Background “Dose-banding” is a concept of standardising cytotoxic drugs that enables standardised rounded doses (SRD) to be prepared in advance, covering the most frequently prescribed doses rounded to ± 5%. Standard doses will be prepared in advance by batch in order to increase production capacity, at the same time regulating pharmacy workflow and reducing patient waiting time.

Purpose To identify anticancer drugs suitable for dose banding and to fix standardised doses.

Materials and methods The drugs were selected in accordance with several criteria: frequency of preparation, long-term physicochemical stability after reconstitution, repetition of the prescribed doses and opportunity for savings. The selected drugs were: carboplatin, cetuximab, cisplatin, cyclophosphamide, doxorubicin, 5-fluorouracil, gemcitabine, oxaliplatin, paclitaxel, rituximab, trastuzumab and vinorelbine. We established an inventory of the prescriptions retrospectively for a period of six months in order to highlight the most often prescribed doses.

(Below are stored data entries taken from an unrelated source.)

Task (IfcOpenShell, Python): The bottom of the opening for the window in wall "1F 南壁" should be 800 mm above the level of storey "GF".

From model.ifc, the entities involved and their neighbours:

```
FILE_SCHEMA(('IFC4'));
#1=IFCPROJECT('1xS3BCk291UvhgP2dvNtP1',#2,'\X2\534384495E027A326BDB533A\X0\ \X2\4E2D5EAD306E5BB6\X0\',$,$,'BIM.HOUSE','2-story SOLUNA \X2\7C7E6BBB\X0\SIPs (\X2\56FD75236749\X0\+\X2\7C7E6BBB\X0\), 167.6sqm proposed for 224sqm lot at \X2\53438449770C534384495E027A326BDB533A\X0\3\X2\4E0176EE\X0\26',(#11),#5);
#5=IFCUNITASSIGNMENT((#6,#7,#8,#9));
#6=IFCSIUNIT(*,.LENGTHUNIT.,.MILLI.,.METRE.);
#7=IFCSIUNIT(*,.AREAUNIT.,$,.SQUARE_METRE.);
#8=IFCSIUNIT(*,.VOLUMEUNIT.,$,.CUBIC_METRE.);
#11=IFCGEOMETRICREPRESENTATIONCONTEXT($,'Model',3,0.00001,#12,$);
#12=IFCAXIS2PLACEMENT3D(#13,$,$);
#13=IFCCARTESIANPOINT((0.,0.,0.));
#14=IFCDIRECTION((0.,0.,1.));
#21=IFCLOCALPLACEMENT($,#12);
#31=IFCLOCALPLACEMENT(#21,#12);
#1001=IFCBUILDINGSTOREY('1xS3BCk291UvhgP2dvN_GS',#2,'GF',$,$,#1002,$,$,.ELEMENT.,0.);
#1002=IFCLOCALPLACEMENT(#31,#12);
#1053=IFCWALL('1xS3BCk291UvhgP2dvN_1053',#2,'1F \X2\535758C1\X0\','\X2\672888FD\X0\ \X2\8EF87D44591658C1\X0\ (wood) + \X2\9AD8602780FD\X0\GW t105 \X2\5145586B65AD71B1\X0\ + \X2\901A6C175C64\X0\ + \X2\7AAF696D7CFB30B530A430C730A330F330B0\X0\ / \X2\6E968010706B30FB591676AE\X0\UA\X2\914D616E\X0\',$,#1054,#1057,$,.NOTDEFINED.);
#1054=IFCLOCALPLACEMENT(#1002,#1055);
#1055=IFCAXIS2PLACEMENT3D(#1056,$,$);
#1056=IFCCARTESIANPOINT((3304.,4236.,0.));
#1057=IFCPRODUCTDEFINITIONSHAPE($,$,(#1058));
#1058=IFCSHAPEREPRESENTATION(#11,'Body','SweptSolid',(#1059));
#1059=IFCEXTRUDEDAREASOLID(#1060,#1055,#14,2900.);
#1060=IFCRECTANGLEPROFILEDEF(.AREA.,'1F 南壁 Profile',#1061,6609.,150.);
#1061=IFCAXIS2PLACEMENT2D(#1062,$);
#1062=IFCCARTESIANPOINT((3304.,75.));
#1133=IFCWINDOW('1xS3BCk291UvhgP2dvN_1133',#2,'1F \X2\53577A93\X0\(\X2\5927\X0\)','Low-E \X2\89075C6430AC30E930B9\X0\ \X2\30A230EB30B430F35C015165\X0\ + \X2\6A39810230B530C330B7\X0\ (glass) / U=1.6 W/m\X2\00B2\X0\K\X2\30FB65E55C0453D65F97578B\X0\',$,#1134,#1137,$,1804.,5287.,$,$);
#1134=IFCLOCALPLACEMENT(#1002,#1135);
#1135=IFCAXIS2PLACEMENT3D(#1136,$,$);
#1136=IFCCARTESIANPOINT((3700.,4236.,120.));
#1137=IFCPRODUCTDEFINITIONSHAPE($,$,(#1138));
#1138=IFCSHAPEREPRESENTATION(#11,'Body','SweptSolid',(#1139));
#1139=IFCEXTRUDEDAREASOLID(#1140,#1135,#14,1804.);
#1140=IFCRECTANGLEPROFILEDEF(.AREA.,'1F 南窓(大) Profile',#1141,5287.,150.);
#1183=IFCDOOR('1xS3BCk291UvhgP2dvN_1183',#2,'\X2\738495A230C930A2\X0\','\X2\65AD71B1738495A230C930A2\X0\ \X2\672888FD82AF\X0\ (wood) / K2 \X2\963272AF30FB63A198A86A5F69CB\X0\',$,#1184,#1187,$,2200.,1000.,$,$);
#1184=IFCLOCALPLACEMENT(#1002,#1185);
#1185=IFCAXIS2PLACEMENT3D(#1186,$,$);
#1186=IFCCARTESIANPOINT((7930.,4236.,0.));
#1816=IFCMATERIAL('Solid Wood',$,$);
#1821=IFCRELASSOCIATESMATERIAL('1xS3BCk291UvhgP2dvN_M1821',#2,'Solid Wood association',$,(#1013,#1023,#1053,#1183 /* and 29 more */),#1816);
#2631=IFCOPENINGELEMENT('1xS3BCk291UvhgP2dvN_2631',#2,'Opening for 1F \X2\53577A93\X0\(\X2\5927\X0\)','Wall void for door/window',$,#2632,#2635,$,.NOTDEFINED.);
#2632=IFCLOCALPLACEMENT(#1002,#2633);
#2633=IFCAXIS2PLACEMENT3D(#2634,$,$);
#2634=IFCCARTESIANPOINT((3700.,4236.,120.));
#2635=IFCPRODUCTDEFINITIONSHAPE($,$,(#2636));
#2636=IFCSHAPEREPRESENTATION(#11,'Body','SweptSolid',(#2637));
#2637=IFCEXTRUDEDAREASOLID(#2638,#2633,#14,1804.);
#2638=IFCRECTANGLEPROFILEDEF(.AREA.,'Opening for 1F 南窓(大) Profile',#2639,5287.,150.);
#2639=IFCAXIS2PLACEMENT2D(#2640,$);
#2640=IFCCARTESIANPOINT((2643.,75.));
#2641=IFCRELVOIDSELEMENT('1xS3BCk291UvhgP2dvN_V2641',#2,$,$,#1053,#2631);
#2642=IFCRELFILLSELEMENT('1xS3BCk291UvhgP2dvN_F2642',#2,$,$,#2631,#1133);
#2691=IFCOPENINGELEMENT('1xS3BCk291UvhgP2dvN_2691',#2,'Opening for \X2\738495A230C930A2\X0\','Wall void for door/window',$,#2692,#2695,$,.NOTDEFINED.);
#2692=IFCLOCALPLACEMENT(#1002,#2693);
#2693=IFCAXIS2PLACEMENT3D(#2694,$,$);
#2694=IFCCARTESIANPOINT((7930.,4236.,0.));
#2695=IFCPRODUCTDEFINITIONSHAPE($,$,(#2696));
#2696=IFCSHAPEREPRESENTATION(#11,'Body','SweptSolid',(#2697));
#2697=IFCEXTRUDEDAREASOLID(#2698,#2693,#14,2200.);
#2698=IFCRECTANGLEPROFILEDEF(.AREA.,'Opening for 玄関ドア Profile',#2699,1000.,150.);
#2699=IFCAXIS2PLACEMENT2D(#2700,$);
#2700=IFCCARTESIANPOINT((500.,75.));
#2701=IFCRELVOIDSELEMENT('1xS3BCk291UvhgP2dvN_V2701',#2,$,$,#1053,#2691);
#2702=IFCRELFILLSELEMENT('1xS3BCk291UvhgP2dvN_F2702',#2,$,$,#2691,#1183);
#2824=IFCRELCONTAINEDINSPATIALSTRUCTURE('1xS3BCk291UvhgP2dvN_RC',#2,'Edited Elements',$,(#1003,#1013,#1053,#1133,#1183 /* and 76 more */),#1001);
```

```python
import numpy as np
import ifcopenshell
import ifcopenshell.api.geometry
import ifcopenshell.geom
import ifcopenshell.util.element
import ifcopenshell.util.placement
import ifcopenshell.util.shape
import ifcopenshell.util.unit

model = ifcopenshell.open("model.ifc")
unit_scale = ifcopenshell.util.unit.calculate_unit_scale(model)

window = model.by_guid("1xS3BCk291UvhgP2dvN_1133")
opening = window.FillsVoids[0].RelatingOpeningElement
storey = ifcopenshell.util.element.get_container(window, ifc_class="IfcBuildingStorey")
level = ifcopenshell.util.placement.get_local_placement(storey.ObjectPlacement)[2, 3]

# The opening's origin need not be at the sill, so measure its lowest point.
shape = ifcopenshell.geom.create_shape(ifcopenshell.geom.settings(), opening)
bottom = ifcopenshell.util.shape.get_shape_bottom_elevation(shape, shape.geometry) / unit_scale
dz = level + 800.0 - bottom

shift = np.array([0.0, 0.0, dz])
# The window is not placed relative to its opening, so move both.
for product in (opening, window):
    matrix = ifcopenshell.util.placement.get_local_placement(product.ObjectPlacement)
    matrix[:3, 3] += shift
    ifcopenshell.api.geometry.edit_object_placement(model, product=product, matrix=matrix, is_si=False)

print(f"moved by {dz * unit_scale:+.3f} m")

model.write("model-out.ifc")
```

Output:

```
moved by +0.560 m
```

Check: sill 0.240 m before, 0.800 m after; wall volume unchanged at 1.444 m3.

For the analysis, we fixed bands with a standard deviation of ± 5%, ± 7% and ± 10%.

Results Standardisation of doses of chemotherapy was deemed interesting if ≥60% of the doses were standardisable with a maximum of three SRD and a minimum of one delivery per week, in order to guarantee a good turnover of the batch. We added a maximum of 5% standard deviation to those three criteria, the deviation currently accepted among our medical staff. After analysing 3506 prescriptions, eight drugs were eligible: doxorubicin, 5-fluorouracil infusion, 5-fluorouracil pump, gemcitabine, paclitaxel, rituximab, trastuzumab and vinorelbine, with a percentage standardisation of 77% (SRD: 30 mg), 61% (SRD: 700–750-800 mg), 75% (SRD: 4000–4500-5000 mg), 72% (SRD: 1600–1800-2000 mg), 61% (SRD: 140–150-160 mg), 64% (SRD: 600–700-750 mg), 71% (SRD: 350–400-450 mg) and 62% (SRD: 40–50 mg) respectively.

Conclusions This preliminary study allows us to consider implementing the dose banding concept in order to optimise the anti-cancer chemotherapy supply chain in our institution.

No conflict of interest.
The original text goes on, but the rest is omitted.